Sunday, September 29, 2013

Hidup Itu Ada Di antara Syukur dan Sabar

Takdir itu unpredictable dan unreasonable.
“Seorang istri yang menurut suaminya memiliki nilai 9.7 dari skala 10 memiliki suami yang memiliki nilai hanya 2.3. Suatu ketika sang suami pulang dari kantor dan menangis di hadapan istrinya, sang istri bertanya kenapa suaminya menangis lalu suaminya menjawab tadi di kantor ada pertemuan dan teman-temannya membawa istrinya dan dia menyadari bahwa istrinya adalah istri yang paling cantik. Istri tersebut mengerti bahwa sebenarnya suaminya menangis bahagia, dan istri tersebut ikut menangis, tetapi menangis sabar.” Setelah cerita ini selesai, aku menerima sms temanku kalau dia juga ikutan menangis tetapi menangis kesepet (hahahaha)

Aristoteles mengatakan “life is never flat”, hidup itu selalu fluktuatif antara sukses dan terpuruk. Penyakit orang sukses itu lupa diri, sedangkan penyakit orang terpuruk itu putus asa. Karena itu orang beriman selalu ada di antara syukur dan sabar. Ketika sukses dia mentok di syukur dan ketika terpuruk dia mentok di sabar. Karena itu orang beriman itu tidak pernah gagal dengan kesalahan yang sama.

Hidup itu harus diantara syukur dan sabar. Imam Gozali mengatakan bahwa “pintu surga itu seluas pintu syukur dan pintu sabar”. Jika dikaitkan dengan puasa, maka sebenarnya puasa itu mengandung filosofi syukur dan sabar. Ketika orang puasa, maka dia akan selalu berbahagia ketika mendengar adzan ini adalah simbol syukur dan ketika sedang menjalani puasanya dia akan sabar menahan diri dan ini adalah simbol sabar.

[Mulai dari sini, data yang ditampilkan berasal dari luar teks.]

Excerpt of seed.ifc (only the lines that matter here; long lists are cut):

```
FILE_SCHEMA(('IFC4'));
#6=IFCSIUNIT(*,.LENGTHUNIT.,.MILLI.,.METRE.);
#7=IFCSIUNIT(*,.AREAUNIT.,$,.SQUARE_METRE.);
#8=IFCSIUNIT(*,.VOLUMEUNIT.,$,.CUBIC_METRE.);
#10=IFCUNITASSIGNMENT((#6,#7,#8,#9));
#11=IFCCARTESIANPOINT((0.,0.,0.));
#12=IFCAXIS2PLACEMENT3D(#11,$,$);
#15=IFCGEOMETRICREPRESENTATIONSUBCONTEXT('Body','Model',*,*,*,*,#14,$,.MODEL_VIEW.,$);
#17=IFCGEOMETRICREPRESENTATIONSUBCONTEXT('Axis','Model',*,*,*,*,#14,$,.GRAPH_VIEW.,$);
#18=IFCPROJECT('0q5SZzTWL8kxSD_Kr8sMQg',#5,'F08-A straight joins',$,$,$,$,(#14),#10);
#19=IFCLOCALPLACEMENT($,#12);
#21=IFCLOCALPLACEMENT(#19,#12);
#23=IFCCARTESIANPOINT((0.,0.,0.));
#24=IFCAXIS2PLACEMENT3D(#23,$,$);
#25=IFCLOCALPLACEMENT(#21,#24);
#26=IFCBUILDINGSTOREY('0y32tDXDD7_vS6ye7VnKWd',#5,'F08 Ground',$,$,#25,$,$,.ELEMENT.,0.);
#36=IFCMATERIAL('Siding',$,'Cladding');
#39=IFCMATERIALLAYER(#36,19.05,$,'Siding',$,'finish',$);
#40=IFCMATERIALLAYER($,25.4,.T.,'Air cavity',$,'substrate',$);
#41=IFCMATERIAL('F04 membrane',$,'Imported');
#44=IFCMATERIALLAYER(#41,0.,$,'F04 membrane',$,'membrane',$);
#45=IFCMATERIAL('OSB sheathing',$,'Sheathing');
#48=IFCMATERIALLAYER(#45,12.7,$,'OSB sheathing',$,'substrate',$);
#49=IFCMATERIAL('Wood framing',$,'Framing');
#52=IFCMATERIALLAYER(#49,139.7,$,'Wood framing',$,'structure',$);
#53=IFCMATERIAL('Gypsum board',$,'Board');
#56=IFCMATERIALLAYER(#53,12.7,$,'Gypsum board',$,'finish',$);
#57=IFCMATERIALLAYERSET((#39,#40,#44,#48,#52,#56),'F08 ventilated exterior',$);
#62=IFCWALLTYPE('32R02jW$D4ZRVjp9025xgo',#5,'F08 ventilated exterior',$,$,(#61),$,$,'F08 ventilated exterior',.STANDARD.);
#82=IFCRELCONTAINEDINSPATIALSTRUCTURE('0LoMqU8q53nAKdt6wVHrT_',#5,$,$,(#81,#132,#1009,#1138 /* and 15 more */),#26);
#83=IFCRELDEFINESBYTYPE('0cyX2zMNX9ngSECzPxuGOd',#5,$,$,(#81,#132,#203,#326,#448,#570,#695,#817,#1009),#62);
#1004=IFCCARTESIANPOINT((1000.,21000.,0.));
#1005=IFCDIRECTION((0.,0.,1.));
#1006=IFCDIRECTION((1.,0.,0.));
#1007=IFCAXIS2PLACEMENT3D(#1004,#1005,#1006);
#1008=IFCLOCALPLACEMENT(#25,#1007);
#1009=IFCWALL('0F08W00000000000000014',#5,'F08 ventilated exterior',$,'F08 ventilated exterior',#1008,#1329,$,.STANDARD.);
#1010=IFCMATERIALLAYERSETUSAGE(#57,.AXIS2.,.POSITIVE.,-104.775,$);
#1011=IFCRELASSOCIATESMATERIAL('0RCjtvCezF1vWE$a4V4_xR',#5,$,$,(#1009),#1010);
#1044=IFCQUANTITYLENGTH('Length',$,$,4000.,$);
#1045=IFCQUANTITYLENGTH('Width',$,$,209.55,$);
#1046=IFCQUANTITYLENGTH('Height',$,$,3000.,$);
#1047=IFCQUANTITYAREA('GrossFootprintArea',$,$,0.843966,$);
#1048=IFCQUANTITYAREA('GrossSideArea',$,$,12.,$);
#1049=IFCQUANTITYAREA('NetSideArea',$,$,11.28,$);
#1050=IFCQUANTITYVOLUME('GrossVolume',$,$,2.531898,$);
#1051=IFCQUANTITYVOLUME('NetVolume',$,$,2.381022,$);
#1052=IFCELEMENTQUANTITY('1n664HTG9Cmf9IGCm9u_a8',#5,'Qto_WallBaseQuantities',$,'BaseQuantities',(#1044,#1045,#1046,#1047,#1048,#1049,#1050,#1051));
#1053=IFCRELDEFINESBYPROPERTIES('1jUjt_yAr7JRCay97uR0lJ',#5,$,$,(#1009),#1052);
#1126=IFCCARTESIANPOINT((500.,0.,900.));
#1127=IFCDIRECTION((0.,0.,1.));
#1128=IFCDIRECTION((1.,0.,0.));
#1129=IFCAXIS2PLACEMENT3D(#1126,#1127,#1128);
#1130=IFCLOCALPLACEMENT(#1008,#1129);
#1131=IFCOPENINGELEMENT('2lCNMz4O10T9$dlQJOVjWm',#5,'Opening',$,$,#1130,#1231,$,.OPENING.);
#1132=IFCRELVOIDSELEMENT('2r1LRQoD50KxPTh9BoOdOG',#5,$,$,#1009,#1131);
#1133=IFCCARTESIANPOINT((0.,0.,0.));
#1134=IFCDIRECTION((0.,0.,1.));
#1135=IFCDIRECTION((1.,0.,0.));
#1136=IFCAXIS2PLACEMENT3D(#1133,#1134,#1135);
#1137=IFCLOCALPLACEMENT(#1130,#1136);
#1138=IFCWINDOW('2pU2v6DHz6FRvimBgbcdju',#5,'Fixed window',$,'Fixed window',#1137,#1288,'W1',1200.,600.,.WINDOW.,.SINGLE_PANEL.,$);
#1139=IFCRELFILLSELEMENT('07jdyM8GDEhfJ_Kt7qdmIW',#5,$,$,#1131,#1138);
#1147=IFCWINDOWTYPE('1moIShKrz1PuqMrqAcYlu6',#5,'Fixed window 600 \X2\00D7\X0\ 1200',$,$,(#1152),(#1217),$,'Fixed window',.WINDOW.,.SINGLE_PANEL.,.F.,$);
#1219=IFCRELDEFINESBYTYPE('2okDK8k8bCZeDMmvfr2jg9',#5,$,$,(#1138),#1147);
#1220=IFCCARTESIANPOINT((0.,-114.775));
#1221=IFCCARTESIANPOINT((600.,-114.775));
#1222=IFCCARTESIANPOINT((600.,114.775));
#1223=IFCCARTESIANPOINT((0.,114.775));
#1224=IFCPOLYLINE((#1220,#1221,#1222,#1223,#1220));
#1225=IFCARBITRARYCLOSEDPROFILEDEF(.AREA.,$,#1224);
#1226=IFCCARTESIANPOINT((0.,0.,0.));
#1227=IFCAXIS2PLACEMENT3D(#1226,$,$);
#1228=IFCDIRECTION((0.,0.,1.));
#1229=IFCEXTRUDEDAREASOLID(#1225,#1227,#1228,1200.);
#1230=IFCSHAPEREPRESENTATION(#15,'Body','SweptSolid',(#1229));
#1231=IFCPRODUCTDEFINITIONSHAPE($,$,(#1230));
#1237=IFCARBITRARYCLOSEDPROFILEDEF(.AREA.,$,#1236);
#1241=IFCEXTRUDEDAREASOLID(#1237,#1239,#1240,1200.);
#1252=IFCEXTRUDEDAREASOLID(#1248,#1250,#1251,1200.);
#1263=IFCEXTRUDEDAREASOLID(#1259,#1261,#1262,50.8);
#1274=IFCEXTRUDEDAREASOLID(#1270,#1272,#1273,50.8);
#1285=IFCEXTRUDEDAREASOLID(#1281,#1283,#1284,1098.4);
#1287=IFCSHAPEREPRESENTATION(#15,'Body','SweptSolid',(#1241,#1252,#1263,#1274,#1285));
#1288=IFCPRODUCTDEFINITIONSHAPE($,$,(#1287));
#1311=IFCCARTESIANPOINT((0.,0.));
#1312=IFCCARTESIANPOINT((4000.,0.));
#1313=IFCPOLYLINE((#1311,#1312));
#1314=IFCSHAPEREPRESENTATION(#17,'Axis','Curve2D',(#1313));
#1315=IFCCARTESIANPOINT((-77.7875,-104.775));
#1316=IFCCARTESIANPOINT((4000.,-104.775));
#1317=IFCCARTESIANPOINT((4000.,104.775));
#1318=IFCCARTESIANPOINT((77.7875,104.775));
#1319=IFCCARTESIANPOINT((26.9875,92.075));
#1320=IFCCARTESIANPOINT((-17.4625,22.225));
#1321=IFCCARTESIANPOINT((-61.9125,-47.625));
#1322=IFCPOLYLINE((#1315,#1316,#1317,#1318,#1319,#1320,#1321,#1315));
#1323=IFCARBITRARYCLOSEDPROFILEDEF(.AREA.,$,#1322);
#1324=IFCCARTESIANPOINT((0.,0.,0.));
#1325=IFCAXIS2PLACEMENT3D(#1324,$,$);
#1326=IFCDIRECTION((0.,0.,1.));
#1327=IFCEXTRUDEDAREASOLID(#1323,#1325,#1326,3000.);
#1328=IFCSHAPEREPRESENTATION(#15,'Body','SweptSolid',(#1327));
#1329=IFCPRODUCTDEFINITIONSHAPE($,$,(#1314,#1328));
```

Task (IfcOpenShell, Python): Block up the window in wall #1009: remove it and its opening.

```python
import ifcopenshell
import ifcopenshell.api.feature
import ifcopenshell.api.pset
import ifcopenshell.api.root
import ifcopenshell.geom
import ifcopenshell.util.element
import ifcopenshell.util.shape
import ifcopenshell.util.unit

model = ifcopenshell.open("seed.ifc")
area_scale = ifcopenshell.util.unit.calculate_unit_scale(model, "AREAUNIT")
volume_scale = ifcopenshell.util.unit.calculate_unit_scale(model, "VOLUMEUNIT")
settings = ifcopenshell.geom.settings()


def volume(element):
    """Net volume in cubic metres, openings subtracted."""
    shape = ifcopenshell.geom.create_shape(settings, element)
    return ifcopenshell.util.shape.get_volume(shape.geometry)


window = model.by_guid("2pU2v6DHz6FRvimBgbcdju")
opening = window.FillsVoids[0].RelatingOpeningElement
wall = opening.VoidsElements[0].RelatingBuildingElement
before = volume(wall)

ifcopenshell.api.root.remove_product(model, product=window)
ifcopenshell.api.feature.remove_feature(model, feature=opening)

after = volume(wall)
thickness = 0.2096  # wall thickness in metres

# Update the wall's stored quantities.
qto = model.by_id(ifcopenshell.util.element.get_pset(wall, "Qto_WallBaseQuantities", should_inherit=False)["id"])
ifcopenshell.api.pset.edit_qto(model, qto=qto, properties={
    "NetSideArea": after / thickness / area_scale,
    "NetVolume": after / volume_scale,
})

print(f"wall volume {before:.3f} -> {after:.3f} m3")

model.write("seed_rev.ifc")
```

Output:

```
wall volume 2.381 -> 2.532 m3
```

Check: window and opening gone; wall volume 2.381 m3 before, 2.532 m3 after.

Syukur berarti menjadikan satu kesuksesan untuk meraih kesuksesan yang lainnya. Terkadang yang aku lakukan hanya Qana’ah yang berarti menerima apa yang sudah ada di genggaman dan memanfaatkan yang ada.

Ada beberapa indikator syukur.
1. Cinta. QS. Al-Baqoroh 165
“orang beriman itu landasannya sangat cinta kepada Allah”
Orang yang bersyukur selalu memiliki kekuatan cinta dalam melakukan apapun. Cinta itu membuat yang sulit menjadi mudah, yang berat menjadi ringan, yang jauh menjadi dekat, dan cinta itu menjadi energi untuk kreatifitas.

2. Mujahadah (bersungguh-sungguh) QS. At-Taubah 105
Tugas kita dalam hidup itu adalah ikhtiar. Karena sukse dan berhasil itu adalah wilayah Allah. Tapi ikhtiar yang dilakukan harus masuk akal.

3. Doa QS. Al-Baqoroh 186
Dibalik kesuksesan kita pasti ada doa orang-orang yang mencintai kita. Terkadang sehebat-hebatnya ilmu dan logika manusia tidak dapat menandingi kuasa Allah.
Ada 3 kelompok manusia yang doanya mustajab, yaitu doa orang tua, doa orang yang di dzolimi dan doa orang-orang yang berpuasa.
Doa itu ada yang langsung dikabulkan ada juga yang ditunda. Jadi berdoalah karena setiap doa itu pasti dikabulkan. Jika pada akhirnya Allah tidak mengabulkan hal itu terjadi karena Allah tahu bahwa itu tidak baik untuk kita.

4. Khusyu. QS. Al-Baqoroh 45-46

“Bagi orang yang syulur dan sabar kematian adalah totally istirahat dari kepenatan dunia”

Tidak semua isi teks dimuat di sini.